WHAT YOU HAVE TO DO:
Search the entries below for the string "IFCPOLYGONALFACESET" and give the number of lines that hold it, nothing else.

━━━ SOURCE MATERIAL ━━━

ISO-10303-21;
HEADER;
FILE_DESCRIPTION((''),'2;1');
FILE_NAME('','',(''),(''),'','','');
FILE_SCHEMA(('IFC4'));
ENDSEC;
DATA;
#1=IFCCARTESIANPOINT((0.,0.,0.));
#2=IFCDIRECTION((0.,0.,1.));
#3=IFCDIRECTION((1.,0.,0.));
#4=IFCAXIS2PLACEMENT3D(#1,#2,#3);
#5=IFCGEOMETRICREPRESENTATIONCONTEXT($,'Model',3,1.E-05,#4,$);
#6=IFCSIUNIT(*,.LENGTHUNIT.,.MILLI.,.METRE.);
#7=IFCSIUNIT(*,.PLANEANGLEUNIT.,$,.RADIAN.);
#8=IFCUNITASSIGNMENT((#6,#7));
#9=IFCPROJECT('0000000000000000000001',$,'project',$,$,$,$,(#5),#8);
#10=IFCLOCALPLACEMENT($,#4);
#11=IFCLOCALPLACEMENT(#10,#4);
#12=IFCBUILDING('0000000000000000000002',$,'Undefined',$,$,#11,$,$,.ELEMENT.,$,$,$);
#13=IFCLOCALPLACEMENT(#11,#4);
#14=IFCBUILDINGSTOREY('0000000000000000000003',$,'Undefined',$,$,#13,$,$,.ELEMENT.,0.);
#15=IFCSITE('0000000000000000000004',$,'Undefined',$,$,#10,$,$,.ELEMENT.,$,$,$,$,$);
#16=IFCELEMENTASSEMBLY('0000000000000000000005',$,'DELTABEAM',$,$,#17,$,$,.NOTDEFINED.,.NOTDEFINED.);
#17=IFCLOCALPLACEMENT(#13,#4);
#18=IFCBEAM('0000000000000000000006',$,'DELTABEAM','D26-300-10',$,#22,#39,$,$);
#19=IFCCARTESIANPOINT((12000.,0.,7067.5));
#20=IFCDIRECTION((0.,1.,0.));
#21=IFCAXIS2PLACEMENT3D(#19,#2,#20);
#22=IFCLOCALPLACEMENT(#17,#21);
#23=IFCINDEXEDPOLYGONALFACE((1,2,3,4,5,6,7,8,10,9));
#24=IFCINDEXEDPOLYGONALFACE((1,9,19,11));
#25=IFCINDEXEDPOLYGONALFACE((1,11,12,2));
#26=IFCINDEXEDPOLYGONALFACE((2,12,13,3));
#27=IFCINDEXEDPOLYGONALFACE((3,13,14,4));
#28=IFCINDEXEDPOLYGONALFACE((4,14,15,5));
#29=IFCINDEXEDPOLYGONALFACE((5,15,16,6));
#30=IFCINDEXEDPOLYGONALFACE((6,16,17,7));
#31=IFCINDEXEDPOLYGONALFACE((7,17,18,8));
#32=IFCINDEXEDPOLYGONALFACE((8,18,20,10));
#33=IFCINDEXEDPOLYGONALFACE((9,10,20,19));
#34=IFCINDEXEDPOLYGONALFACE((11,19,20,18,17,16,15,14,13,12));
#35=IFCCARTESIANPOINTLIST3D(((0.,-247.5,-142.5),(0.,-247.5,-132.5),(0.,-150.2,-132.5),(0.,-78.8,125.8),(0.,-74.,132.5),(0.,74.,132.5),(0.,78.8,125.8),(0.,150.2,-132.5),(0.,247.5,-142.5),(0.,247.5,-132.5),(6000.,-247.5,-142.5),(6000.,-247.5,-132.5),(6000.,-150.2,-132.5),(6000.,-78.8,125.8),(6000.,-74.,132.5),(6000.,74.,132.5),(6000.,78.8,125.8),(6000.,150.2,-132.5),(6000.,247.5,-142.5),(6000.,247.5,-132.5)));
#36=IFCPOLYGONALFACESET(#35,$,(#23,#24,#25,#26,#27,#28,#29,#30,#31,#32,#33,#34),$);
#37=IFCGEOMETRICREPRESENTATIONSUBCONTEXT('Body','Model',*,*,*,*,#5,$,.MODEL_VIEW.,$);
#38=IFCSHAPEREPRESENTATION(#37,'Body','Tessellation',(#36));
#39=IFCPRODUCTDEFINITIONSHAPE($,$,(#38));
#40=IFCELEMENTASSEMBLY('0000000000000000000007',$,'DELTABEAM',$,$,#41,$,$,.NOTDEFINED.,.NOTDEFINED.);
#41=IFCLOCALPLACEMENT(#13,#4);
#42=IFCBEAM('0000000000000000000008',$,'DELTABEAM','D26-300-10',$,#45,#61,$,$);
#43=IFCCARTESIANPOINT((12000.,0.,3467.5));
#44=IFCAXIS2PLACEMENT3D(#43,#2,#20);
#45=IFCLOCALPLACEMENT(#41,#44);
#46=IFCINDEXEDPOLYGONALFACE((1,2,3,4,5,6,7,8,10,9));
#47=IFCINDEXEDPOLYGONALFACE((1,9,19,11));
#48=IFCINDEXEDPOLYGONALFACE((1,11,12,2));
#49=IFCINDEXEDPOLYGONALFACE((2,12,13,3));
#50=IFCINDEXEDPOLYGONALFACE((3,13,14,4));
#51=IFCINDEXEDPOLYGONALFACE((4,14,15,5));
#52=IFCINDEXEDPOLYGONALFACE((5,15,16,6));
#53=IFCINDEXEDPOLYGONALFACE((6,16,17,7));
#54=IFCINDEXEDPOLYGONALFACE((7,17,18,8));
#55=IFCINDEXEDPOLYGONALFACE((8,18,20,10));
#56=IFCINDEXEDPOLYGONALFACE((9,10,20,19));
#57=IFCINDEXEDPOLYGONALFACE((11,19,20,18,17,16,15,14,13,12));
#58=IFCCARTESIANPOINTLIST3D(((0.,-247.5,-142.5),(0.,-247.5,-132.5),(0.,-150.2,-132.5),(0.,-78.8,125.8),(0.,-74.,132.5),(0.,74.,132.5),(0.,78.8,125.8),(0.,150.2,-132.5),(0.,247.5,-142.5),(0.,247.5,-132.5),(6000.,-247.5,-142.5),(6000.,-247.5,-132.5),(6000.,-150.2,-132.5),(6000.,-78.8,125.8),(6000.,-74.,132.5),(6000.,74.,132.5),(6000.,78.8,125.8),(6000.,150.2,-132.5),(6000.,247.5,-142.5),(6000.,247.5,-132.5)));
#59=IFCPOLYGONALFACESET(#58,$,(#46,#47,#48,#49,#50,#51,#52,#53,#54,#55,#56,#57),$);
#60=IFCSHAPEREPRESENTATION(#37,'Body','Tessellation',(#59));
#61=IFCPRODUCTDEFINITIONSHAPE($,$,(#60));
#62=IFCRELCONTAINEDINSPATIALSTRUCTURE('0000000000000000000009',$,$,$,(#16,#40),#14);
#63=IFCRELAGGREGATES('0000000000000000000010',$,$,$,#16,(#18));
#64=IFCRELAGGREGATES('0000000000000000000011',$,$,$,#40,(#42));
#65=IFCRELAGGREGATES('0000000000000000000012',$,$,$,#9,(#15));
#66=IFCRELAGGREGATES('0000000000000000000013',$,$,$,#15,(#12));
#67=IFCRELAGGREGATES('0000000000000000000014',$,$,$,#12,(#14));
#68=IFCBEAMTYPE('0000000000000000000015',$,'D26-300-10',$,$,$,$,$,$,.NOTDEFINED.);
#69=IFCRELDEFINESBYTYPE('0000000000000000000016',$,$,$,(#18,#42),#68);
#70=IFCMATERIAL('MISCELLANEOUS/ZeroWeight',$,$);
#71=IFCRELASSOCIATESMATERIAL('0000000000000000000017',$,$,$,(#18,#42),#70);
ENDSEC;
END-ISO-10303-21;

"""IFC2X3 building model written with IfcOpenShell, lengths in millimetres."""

from ifc_helpers import new_model, si_unit, frame, origin_with_axes, place, context, subcontext, project, spatial, polyline, outline, extrude, material, type_object, element, aggregate, save


model = new_model("IFC2X3")

# Units and contexts
model_context = context("Model", 3, precision=1e-05, world=origin_with_axes())
body_context = subcontext(model_context, "Body", "Model", "MODEL_VIEW")
ifc_project = project(units=[si_unit("LENGTHUNIT", "METRE", prefix="MILLI"), si_unit("PLANEANGLEUNIT", "RADIAN")], contexts=[model_context])

# Site, building, storey
site_placement = place(None, origin_with_axes())
site = spatial("IfcSite", under=ifc_project, at=site_placement, Name="Undefined", CompositionType="ELEMENT")
building_placement = place(site_placement, origin_with_axes())
building = spatial("IfcBuilding", under=site, at=building_placement, Name="Undefined", CompositionType="ELEMENT")
storey_placement = place(building_placement, origin_with_axes())
storey = spatial("IfcBuildingStorey", under=building, at=storey_placement, Name="Undefined", CompositionType="ELEMENT", Elevation=0.0)

# Element assemblies, beams
assembly_1_placement = place(storey_placement, origin_with_axes())
assembly_1 = element("IfcElementAssembly", 1, at=assembly_1_placement, inside=storey, Name="DELTABEAM", AssemblyPlace="NOTDEFINED", PredefinedType="NOTDEFINED")
ifc_material_1 = material(Name="MISCELLANEOUS/ZeroWeight")
beam_type = type_object("IfcBeamType", Name="D26-300-10", PredefinedType="NOTDEFINED")
beam_1_placement = place(assembly_1_placement, frame((12000.0, 0.0, 7067.5), z_axis=(0.0, 0.0, 1.0), x_axis=(0.0, 1.0, 0.0)))
beam_1 = element("IfcBeam", 2, at=beam_1_placement, type_object=beam_type, material=ifc_material_1, Name="DELTABEAM", Description="D26-300-10", context=body_context, shape_type="SweptSolid", body=[
    extrude(outline(polyline([(-75.1, 120.5), (-145.0, -132.5), (247.5, -132.5), (247.5, -142.5), (-247.5, -142.5), (-247.5, -132.5), (-150.2, -132.5), (-78.8, 125.8), (-74.0, 132.5), (74.0, 132.5), (78.8, 125.8), (150.2, -132.5), (145.0, -132.5), (75.1, 120.5), (-75.1, 120.5)])), frame((6000.0, 0.0, 0.0), z_axis=(-1.0, 0.0, 0.0), x_axis=(0.0, -1.0, 0.0)), (0.0, 0.0, 1.0), 6000.0),
])
aggregate(assembly_1, [beam_1])
assembly_2_placement = place(storey_placement, origin_with_axes())
assembly_2 = element("IfcElementAssembly", 3, at=assembly_2_placement, inside=storey, Name="DELTABEAM", AssemblyPlace="NOTDEFINED", PredefinedType="NOTDEFINED")
beam_2_placement = place(assembly_2_placement, frame((12000.0, 0.0, 3467.5), z_axis=(0.0, 0.0, 1.0), x_axis=(0.0, 1.0, 0.0)))
beam_2 = element("IfcBeam", 4, at=beam_2_placement, type_object=beam_type, material=ifc_material_1, Name="DELTABEAM", Description="D26-300-10", context=body_context, shape_type="SweptSolid", body=[
    extrude(outline(polyline([(-75.1, 120.5), (-145.0, -132.5), (247.5, -132.5), (247.5, -142.5), (-247.5, -142.5), (-247.5, -132.5), (-150.2, -132.5), (-78.8, 125.8), (-74.0, 132.5), (74.0, 132.5), (78.8, 125.8), (150.2, -132.5), (145.0, -132.5), (75.1, 120.5), (-75.1, 120.5)])), frame((6000.0, 0.0, 0.0), z_axis=(-1.0, 0.0, 0.0), x_axis=(0.0, -1.0, 0.0)), (0.0, 0.0, 1.0), 6000.0),
])
aggregate(assembly_2, [beam_2])

save(model, "model.ifc")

━━━

EXERCISE RESULT:
2